Task requirements -> The stretch wanted below opens at the line containing "4, 304809), RefElevation=203499.1)" and closes at the line containing "storey_placement = place(building_placement, origin())". Please return it exactly, with no other lines.

··· Excerpted data

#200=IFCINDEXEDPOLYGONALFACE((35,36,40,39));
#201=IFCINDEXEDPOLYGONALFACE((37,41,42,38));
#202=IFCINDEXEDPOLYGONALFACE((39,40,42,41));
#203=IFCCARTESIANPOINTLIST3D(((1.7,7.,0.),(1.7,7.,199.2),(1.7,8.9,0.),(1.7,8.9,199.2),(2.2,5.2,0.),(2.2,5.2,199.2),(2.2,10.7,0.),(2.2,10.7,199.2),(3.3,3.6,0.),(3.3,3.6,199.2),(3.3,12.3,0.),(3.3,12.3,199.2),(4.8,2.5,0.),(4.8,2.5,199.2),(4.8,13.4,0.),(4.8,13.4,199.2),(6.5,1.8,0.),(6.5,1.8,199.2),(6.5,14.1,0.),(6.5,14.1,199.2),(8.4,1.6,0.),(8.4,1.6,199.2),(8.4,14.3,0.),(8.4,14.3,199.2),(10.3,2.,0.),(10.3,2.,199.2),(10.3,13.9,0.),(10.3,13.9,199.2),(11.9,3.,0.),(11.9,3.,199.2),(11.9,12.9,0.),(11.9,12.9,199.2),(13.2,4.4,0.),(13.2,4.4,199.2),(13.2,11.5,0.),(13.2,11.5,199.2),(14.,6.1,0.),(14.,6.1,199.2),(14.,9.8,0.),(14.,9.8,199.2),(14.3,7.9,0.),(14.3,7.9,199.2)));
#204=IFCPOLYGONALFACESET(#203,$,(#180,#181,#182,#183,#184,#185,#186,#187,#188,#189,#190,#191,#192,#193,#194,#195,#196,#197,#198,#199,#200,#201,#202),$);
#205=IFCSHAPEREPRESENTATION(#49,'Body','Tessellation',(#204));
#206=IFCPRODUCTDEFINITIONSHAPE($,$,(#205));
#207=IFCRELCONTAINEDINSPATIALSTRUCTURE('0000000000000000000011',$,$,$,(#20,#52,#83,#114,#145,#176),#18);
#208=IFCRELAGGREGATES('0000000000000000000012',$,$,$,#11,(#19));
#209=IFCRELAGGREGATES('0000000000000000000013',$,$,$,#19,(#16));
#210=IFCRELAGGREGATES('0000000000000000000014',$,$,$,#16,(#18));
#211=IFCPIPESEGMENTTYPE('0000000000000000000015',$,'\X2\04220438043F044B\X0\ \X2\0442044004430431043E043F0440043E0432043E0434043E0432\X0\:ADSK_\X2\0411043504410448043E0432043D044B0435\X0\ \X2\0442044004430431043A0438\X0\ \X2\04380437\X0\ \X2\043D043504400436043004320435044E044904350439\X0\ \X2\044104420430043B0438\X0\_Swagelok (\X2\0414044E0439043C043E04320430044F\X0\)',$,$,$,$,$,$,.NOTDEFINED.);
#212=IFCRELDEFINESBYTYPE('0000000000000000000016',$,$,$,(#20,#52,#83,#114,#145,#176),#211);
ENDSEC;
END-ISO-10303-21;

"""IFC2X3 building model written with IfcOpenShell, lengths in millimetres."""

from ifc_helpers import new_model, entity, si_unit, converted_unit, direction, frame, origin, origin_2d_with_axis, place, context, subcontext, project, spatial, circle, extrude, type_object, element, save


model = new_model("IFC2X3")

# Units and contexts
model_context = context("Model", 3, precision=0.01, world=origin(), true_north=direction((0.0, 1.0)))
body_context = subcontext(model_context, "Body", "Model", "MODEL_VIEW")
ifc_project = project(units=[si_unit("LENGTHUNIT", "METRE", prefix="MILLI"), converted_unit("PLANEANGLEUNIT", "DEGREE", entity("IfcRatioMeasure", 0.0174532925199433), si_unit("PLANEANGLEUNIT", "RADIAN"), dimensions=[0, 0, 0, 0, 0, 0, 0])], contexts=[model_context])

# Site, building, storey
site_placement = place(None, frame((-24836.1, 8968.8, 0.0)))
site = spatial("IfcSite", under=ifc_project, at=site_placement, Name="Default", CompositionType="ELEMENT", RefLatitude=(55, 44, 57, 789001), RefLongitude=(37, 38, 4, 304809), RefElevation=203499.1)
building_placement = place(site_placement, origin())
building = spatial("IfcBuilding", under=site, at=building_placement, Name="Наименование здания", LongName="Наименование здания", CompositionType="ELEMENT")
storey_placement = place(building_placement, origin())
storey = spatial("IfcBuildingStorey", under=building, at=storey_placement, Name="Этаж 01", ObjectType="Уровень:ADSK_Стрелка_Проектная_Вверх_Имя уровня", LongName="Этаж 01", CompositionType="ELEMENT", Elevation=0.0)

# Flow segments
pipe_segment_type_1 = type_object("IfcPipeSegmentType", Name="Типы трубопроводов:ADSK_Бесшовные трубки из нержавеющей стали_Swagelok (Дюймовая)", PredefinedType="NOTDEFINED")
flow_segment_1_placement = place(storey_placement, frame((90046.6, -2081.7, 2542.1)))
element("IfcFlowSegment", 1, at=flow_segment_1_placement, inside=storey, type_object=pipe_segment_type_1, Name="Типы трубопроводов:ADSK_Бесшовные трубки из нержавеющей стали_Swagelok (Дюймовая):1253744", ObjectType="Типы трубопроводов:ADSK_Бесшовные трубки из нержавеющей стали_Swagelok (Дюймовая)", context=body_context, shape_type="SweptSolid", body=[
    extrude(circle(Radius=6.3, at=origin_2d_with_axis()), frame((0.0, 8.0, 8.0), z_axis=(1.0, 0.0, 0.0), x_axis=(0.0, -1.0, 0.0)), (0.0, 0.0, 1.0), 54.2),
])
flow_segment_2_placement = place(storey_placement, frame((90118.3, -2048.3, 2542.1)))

······
··· Excerpted data

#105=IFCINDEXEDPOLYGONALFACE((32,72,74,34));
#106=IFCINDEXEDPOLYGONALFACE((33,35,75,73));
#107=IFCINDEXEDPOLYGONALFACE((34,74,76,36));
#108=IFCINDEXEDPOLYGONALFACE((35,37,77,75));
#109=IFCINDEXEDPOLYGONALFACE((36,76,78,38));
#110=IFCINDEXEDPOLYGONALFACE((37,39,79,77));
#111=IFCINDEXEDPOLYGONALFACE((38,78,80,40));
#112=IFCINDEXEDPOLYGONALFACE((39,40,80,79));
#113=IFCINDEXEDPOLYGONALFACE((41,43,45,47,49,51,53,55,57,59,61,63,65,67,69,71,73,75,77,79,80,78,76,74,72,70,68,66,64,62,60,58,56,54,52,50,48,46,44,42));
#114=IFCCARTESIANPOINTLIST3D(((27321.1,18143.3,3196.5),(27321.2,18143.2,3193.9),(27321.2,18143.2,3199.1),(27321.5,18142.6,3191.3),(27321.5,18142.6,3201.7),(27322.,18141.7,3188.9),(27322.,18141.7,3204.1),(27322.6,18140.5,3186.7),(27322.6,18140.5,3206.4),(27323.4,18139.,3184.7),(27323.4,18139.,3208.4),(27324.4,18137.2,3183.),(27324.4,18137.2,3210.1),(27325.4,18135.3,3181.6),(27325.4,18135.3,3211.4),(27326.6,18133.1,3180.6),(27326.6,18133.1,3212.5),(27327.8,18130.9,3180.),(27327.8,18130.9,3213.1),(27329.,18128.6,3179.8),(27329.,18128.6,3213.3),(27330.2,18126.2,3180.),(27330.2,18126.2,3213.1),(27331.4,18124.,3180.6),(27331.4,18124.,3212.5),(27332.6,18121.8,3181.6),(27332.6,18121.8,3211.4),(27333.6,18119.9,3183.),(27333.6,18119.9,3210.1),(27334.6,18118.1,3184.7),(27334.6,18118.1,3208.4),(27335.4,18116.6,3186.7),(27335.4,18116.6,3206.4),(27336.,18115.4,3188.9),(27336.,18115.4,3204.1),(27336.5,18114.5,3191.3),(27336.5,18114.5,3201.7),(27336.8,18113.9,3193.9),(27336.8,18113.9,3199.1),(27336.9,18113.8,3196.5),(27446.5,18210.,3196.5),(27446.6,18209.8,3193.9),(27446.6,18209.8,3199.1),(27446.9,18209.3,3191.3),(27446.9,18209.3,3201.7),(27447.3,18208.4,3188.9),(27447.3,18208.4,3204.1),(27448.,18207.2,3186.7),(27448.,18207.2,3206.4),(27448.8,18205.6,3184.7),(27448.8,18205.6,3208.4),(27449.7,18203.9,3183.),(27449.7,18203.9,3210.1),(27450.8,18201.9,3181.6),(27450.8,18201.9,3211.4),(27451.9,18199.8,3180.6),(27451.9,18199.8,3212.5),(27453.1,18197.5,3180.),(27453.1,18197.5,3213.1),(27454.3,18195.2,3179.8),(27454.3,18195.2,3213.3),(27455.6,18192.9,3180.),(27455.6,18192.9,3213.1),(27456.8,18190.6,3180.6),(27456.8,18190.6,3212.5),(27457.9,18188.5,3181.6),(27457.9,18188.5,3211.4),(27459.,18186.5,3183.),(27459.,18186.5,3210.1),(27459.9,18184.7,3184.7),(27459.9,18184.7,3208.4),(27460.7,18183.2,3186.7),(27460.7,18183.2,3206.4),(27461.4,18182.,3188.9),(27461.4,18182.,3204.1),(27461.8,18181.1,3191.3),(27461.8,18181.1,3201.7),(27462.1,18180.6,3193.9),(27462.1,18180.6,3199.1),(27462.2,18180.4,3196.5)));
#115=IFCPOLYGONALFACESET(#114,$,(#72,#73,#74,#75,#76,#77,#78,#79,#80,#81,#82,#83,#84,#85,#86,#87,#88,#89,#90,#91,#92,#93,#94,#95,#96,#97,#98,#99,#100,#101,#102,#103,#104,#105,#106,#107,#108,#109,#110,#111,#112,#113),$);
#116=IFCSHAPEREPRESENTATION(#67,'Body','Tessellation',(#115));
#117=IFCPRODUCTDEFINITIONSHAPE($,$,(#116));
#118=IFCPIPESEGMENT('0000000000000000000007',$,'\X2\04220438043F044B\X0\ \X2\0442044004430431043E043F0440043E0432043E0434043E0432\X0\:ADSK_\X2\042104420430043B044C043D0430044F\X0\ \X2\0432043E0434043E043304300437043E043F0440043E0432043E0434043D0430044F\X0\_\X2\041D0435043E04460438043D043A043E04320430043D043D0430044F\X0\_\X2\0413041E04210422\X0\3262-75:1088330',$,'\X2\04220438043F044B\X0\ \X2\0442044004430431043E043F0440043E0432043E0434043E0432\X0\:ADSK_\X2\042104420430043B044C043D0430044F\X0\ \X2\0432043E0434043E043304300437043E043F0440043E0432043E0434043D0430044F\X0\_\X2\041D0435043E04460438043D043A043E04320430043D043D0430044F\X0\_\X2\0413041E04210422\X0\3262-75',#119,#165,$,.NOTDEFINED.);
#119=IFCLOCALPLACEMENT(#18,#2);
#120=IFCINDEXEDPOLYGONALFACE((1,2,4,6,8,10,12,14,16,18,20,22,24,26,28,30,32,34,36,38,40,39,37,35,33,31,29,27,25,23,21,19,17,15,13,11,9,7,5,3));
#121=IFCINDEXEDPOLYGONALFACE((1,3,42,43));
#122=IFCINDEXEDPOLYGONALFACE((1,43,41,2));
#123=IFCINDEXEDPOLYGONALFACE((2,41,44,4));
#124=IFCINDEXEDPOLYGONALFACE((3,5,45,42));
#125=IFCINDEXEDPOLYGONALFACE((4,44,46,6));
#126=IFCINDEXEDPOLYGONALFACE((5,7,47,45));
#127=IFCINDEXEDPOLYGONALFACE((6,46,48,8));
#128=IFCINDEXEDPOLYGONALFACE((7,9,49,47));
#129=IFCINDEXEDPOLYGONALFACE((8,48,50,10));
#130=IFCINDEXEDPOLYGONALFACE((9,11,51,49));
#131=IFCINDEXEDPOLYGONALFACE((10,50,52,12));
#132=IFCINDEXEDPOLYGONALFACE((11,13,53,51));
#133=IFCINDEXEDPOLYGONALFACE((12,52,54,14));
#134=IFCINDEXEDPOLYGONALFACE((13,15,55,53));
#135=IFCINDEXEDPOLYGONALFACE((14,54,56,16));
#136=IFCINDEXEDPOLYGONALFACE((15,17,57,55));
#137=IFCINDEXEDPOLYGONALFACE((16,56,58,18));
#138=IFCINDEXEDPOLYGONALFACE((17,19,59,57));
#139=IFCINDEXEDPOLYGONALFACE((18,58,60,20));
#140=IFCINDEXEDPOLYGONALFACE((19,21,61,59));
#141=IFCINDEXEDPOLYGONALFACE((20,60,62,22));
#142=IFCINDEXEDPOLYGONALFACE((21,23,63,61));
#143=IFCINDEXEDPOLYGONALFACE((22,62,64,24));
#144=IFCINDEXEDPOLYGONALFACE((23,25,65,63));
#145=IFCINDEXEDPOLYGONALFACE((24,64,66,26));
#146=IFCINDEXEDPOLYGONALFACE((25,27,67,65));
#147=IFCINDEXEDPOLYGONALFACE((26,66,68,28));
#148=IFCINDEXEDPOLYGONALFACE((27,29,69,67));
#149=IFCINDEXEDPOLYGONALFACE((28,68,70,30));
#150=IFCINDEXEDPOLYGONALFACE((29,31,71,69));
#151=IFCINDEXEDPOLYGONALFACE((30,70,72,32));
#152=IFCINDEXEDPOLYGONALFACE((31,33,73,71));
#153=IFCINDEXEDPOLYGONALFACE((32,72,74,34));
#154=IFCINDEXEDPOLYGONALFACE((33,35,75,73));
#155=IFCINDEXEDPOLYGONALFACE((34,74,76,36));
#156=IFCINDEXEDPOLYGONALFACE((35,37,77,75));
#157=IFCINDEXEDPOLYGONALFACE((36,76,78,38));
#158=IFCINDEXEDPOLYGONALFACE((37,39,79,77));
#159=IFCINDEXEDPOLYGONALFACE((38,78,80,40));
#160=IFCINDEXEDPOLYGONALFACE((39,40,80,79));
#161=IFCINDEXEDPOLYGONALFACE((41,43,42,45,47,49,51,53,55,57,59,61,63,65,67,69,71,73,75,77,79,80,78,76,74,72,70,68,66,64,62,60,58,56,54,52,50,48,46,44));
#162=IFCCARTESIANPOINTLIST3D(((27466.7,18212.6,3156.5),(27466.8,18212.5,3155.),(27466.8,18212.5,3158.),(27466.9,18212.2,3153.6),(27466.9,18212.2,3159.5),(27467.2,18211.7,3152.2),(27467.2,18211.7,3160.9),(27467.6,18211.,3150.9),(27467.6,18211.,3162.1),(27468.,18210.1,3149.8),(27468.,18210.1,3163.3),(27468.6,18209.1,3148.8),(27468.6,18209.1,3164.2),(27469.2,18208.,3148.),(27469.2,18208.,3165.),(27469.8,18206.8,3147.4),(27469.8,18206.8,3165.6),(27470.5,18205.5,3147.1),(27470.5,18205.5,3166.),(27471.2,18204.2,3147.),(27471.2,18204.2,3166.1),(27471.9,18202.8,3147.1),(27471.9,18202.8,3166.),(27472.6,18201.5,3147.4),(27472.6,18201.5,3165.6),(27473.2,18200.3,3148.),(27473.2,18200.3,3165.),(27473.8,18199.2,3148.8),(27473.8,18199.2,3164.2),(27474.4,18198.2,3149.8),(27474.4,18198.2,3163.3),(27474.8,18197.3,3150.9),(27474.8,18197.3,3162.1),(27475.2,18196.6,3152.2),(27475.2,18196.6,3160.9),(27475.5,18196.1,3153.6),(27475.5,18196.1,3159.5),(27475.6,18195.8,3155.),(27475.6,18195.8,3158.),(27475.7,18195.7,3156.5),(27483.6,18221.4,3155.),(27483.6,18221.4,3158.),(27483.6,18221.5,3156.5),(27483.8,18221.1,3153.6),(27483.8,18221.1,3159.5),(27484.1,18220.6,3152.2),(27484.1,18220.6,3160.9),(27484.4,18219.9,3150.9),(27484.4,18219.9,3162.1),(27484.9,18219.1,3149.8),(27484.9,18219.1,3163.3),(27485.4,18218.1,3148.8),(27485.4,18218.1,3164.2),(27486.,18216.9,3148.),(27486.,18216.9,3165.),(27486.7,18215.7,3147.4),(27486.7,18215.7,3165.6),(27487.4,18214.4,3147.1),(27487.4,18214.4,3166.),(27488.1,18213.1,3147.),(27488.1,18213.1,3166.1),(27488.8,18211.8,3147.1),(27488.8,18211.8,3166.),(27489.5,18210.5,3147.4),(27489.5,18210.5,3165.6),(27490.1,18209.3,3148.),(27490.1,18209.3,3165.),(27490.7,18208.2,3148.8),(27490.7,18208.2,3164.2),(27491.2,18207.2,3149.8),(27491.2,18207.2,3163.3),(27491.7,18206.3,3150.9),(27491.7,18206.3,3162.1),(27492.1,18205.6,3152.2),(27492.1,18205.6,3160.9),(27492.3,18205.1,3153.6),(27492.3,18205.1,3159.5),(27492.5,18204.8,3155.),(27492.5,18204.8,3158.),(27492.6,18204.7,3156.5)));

······

Output for this task ->
site = spatial("IfcSite", under=ifc_project, at=site_placement, Name="Default", CompositionType="ELEMENT", RefLatitude=(55, 44, 57, 789001), RefLongitude=(37, 38, 4, 304809), RefElevation=203499.1)
building_placement = place(site_placement, origin())
building = spatial("IfcBuilding", under=site, at=building_placement, Name="Наименование здания", LongName="Наименование здания", CompositionType="ELEMENT")
storey_placement = place(building_placement, origin())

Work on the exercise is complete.